The existence of a market and fair may account for early 14th-century surnames such as Merchant, Chapman, and Iremonger, (fn. 169) but there is no evidence for marketing of goods other than agricultural produce. A man from Sutton in Stanton Harcourt parish took geese to sell at Standlake market in 1389, (fn. 170) and in 1461 market stalls were said to be for sale of victuals. (fn. 171)
A 'place formerly called the pig market' near Standlake church was mentioned in 1839, (fn. 172) but no references to an institutionalized market in modern times have been found.
TRADE AND INDUSTRY.Woollen textile manufacture, dependent perhaps on Witney's wool and cloth trade and later on its blanket industry, was mentioned from the 13th century to the early 18th. (fn. 173) At least two fulling mills existed by the early 13th century, (fn. 174) and in the late 13th and early 14th the surnames Fuller, Weaver, and Webber, borne by villeins, cottagers, and small freeholders, were recorded frequently. (fn. 175) A chaloner was mentioned in 1348, (fn. 176) and members of the Trilling family, lessees of Gaunt Mill in the late 14th century, were fullers in the mid 15th. (fn. 177) In 1394 four tenants, of whom three were named Fuller, paid small rents for four racks on the lord's waste, presumably at Rack End, though they themselves seem not to have held local fulling mills. (fn. 178) The racks were unlet in 1461, (fn. 179) but in the 16th century and later tenants of Gaunt Mill and an adjacent fulling mill owed 4d. a year for the right of tentering on the lord's land, (fn. 180) and two clothworkers in the early 17th century left fullers' racks in the common. (fn. 181) From the 16th century the most frequently recorded textile workers were broad- and narrow weavers, (fn. 182) of whom some were moderately prosperous and, since they owned more than one loom, perhaps employed assistants. (fn. 183) Several shearmen were recorded from the mid 15th century to the mid 17th, (fn. 184) and in 1756 a dyer with an apprentice; (fn. 185) a tilt-weaver was noted in 1743 and a clothworker in 1751, (fn. 186) but by then the industry was in decline, and no textile workers were recorded in the 19th century.

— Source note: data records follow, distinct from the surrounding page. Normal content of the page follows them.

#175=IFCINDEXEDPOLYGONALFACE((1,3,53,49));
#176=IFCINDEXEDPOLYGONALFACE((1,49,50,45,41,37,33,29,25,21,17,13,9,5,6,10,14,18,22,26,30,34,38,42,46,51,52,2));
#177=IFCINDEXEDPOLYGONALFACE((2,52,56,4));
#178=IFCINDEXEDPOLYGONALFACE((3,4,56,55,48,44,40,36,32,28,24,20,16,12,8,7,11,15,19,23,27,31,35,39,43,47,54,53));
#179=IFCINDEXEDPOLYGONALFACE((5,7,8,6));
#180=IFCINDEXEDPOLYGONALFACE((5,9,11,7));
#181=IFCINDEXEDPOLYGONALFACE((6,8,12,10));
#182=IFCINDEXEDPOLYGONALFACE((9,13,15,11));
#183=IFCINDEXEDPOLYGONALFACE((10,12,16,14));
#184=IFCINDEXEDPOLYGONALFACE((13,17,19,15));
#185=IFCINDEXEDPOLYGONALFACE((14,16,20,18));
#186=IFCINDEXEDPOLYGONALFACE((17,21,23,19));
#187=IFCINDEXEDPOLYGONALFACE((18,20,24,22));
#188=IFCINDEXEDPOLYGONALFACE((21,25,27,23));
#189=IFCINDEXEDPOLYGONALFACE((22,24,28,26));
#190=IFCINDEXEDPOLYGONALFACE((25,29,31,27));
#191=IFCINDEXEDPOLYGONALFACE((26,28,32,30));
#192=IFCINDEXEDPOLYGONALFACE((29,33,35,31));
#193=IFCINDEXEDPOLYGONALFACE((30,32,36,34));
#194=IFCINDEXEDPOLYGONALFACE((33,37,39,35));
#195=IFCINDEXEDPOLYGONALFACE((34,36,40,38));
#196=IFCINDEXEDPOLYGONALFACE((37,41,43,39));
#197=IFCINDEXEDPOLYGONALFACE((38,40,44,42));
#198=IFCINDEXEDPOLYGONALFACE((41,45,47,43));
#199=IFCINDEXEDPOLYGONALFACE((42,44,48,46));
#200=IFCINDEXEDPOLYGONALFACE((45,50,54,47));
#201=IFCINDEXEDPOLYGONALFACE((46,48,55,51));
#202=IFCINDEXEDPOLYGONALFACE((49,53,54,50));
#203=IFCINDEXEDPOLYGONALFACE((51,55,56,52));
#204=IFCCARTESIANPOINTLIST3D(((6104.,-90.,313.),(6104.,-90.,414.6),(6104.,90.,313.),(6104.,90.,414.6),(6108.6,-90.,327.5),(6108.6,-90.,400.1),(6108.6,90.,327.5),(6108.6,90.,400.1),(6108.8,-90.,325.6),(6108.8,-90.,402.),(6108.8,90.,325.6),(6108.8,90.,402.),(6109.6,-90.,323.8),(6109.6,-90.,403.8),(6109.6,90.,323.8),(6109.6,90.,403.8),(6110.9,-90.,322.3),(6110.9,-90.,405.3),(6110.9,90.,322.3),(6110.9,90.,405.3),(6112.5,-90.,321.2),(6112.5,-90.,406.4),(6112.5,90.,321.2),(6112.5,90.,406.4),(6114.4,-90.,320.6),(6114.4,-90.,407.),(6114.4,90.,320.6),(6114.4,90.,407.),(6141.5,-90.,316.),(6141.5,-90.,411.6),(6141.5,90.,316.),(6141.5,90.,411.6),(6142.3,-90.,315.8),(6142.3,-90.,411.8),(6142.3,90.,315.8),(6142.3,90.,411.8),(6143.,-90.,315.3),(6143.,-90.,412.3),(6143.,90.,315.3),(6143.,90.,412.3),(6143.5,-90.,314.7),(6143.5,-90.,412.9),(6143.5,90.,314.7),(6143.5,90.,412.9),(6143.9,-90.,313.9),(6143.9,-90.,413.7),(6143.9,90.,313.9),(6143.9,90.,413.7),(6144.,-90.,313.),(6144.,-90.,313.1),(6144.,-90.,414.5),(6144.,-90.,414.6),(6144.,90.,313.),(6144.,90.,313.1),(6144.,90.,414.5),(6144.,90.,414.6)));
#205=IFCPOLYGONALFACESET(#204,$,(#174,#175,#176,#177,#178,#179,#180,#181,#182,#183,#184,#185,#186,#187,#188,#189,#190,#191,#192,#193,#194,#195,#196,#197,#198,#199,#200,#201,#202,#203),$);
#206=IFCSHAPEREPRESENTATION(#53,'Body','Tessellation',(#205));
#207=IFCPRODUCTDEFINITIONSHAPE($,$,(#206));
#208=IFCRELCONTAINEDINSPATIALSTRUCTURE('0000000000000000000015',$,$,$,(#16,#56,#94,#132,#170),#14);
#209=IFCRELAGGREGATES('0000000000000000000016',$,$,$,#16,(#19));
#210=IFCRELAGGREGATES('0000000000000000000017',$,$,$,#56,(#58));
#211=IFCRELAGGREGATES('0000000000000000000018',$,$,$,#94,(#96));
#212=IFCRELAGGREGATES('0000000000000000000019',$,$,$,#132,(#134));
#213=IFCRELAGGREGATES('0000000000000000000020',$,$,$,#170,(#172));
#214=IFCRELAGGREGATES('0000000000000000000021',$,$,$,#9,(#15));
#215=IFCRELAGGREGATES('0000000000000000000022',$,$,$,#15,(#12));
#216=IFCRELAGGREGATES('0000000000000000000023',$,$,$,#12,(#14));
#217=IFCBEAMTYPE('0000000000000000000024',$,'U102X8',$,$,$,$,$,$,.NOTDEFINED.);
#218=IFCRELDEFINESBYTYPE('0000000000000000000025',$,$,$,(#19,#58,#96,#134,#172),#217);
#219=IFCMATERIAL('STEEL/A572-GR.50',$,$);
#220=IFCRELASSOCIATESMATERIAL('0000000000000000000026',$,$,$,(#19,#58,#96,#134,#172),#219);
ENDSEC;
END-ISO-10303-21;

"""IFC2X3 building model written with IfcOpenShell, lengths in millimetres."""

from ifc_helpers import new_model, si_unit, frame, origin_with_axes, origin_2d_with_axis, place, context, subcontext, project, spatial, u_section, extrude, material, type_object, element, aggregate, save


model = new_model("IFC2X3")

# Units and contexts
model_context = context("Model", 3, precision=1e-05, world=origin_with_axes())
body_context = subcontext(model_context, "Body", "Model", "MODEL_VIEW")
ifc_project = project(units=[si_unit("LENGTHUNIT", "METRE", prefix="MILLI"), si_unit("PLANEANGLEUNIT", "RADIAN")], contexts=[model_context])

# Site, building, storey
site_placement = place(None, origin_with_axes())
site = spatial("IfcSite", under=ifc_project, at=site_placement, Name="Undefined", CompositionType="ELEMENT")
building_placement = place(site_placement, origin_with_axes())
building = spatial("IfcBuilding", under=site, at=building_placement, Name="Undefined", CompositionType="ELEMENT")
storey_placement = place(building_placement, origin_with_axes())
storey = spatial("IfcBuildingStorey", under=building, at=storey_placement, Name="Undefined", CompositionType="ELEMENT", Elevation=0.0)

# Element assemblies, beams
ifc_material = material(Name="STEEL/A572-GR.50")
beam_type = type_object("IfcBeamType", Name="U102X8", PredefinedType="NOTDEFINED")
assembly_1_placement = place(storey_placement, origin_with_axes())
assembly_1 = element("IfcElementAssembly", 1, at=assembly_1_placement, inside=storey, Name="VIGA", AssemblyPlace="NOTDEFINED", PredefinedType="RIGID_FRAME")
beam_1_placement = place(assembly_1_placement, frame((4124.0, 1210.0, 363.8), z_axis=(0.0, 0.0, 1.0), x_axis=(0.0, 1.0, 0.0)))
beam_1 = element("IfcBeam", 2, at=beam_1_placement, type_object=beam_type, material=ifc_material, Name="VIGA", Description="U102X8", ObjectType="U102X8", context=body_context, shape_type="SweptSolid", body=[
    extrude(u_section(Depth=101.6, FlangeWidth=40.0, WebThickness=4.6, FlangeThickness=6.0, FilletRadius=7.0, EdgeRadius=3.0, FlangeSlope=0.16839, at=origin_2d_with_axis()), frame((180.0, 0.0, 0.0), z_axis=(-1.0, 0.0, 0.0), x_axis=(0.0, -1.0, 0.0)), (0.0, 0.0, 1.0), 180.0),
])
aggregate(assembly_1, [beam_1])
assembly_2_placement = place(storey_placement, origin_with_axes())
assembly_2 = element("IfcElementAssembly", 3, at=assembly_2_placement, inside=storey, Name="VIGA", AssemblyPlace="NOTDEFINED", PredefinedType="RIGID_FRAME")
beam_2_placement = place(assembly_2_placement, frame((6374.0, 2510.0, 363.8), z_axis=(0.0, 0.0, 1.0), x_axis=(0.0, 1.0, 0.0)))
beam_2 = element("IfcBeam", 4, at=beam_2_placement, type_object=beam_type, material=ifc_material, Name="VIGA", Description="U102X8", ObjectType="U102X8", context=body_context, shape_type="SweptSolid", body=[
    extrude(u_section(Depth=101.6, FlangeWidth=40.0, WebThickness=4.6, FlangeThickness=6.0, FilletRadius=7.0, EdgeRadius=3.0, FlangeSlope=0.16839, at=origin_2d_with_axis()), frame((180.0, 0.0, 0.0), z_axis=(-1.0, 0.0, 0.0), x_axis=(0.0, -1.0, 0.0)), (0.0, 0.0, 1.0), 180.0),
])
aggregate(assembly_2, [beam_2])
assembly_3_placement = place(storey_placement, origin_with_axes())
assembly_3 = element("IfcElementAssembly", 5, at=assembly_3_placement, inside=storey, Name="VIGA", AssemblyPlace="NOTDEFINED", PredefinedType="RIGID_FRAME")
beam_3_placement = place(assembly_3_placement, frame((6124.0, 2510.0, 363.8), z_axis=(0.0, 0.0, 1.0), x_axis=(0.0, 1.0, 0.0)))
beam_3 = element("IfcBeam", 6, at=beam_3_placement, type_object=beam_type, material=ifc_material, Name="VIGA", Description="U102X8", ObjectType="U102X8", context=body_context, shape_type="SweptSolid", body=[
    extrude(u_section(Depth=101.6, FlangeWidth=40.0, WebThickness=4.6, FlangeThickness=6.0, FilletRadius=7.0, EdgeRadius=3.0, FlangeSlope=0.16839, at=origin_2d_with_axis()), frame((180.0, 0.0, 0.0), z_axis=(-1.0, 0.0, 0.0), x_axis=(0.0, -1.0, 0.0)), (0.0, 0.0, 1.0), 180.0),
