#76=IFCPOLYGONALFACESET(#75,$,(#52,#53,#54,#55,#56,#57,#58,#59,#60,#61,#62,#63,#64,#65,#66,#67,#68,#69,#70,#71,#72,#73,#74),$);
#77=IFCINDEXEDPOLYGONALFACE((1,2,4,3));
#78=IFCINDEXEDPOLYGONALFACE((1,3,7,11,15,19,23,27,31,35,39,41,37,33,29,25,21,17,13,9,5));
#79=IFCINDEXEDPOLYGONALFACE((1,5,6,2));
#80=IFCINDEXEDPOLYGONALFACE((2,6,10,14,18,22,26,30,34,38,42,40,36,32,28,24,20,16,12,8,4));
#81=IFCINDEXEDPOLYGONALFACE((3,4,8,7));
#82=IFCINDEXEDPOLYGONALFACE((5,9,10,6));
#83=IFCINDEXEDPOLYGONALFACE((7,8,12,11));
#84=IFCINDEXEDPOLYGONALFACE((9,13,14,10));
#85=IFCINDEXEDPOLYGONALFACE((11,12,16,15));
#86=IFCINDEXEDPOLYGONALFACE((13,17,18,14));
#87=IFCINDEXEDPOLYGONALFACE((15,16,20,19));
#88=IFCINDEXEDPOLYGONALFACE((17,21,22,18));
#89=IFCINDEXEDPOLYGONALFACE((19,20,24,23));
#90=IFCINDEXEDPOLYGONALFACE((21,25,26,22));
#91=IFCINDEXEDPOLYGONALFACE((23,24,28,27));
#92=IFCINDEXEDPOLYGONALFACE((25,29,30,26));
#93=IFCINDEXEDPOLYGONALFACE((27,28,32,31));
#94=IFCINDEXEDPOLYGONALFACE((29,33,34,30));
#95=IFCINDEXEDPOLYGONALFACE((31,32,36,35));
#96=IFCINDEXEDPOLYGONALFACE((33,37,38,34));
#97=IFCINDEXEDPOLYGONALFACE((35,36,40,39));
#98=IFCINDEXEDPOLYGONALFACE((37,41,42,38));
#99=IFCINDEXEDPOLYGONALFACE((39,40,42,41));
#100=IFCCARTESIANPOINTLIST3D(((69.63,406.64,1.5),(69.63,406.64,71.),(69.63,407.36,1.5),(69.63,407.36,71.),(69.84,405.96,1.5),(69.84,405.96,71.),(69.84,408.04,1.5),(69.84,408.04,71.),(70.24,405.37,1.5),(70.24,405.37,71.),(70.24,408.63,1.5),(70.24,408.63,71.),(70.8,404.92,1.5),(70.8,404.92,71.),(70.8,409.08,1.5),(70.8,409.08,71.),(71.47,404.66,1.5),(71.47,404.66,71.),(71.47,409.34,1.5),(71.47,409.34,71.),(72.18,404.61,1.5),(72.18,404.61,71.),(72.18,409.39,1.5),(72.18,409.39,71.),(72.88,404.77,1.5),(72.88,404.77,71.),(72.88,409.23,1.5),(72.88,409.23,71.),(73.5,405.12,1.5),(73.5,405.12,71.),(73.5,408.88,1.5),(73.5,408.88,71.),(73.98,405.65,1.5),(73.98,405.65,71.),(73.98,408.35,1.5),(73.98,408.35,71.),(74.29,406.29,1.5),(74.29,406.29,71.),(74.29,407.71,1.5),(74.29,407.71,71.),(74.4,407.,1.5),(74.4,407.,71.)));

The remaining fulling mill had closed by 1770. (fn. 187)
William Marshall of Standlake, gentleman, who owned property fronting the market place in New Woodstock, in 1469 apprenticed his son to a leading Woodstock mercer to learn the trades of mercer, wax chandler, and cap maker, (fn. 188) and some other leading 15th-century families may have had commercial interests. (fn. 189) Cuthbert Temple (d. by 1558) of Standlake, who in the 1550s bought much of Standlake manor as an investment, was a clothier with strong Witney connexions and may have lived at Gaunt House. (fn. 190) Henry Wheeler (d. 1721), also a clothier, had a 'mansion and dwelling house' in Standlake. (fn. 191) Mercers, recorded from the 16th century to the early 18th, included Arthur Yate (d. 1633), whose personalty of nearly £190 clear was chiefly in debts and obligations, and Joseph Huckwell, lessee in 1709 of Brasenose College's fulling mill. (fn. 192)
Other medieval surnames included Smith, Baker, Taylor, and Turner, (fn. 193) and the usual rural crafts and trades were recorded later, among them blacksmiths, wheelwrights, carpenters, masons, coopers, and shoemakers. (fn. 194) A Standlake corviser in 1433 owed debts in Coventry and in Stratford-on-Avon. (fn. 195) Butchers, recorded from the 15th century, (fn. 196) included some moderately prosperous men by local standards, one in 1567 owning a house in Woodstock, and another in 1684 leaving personalty of nearly £75 including money and book debts. (fn. 197) Glaziers were recorded in 1604 and 1720, and a mason in 1756. (fn. 198) There were higglers and badgers from the 17th century to the early 19th, some of whom evidently frequented Oxford market. (fn. 199) A gunmaker lived in Standlake in the early 18th century, (fn. 200) and in the mid 18th the clockmaker John Nethercott (d. 1763). (fn. 201)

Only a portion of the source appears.